[[ AVAILABLE RECORDS, beginning ]]
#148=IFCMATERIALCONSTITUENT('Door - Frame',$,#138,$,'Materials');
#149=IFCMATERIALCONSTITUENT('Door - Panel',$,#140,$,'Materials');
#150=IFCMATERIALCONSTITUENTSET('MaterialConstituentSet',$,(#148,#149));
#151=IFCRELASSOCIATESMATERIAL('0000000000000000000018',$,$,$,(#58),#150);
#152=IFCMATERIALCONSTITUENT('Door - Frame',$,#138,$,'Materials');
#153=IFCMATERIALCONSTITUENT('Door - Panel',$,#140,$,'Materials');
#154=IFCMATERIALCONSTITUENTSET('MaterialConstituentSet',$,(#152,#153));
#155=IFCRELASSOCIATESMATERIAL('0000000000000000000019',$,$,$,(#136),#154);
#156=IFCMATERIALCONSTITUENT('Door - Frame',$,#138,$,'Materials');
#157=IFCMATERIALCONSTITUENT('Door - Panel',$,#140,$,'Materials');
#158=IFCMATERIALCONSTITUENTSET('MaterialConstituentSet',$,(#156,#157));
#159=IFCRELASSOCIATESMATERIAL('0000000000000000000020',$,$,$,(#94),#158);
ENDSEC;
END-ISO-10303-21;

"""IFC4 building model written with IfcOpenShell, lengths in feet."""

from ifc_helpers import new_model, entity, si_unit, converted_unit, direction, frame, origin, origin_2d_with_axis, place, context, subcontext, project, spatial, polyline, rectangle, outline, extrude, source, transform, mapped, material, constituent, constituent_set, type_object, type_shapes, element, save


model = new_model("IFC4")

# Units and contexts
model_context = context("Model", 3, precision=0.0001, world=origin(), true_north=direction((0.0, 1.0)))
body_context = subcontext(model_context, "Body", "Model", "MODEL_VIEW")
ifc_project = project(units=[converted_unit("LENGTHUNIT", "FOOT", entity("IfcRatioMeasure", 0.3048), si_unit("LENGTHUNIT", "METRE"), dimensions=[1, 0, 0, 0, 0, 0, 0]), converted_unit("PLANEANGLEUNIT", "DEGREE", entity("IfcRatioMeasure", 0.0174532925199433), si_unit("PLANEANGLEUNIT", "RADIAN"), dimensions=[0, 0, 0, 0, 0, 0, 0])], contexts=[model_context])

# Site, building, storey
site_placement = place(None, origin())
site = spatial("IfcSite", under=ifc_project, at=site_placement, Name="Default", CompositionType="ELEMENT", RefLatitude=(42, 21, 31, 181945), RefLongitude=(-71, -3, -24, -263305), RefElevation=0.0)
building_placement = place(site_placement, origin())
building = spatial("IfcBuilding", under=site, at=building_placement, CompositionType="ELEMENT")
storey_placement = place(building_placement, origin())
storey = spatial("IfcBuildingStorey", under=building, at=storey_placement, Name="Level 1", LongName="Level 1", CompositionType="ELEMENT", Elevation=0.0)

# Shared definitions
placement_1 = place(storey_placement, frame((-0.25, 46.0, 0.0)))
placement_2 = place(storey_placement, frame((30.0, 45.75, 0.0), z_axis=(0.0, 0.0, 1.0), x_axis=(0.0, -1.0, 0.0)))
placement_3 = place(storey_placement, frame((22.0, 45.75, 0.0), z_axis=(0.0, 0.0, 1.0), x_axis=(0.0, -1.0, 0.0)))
[[ AVAILABLE RECORDS, end ]]
=== YOUR GOAL ===
In the lines above, find each one with "MaterialConstituentSet" and list it.

=== TASK RESPONSE ===
#150=IFCMATERIALCONSTITUENTSET('MaterialConstituentSet',$,(#148,#149));
#154=IFCMATERIALCONSTITUENTSET('MaterialConstituentSet',$,(#152,#153));
#158=IFCMATERIALCONSTITUENTSET('MaterialConstituentSet',$,(#156,#157));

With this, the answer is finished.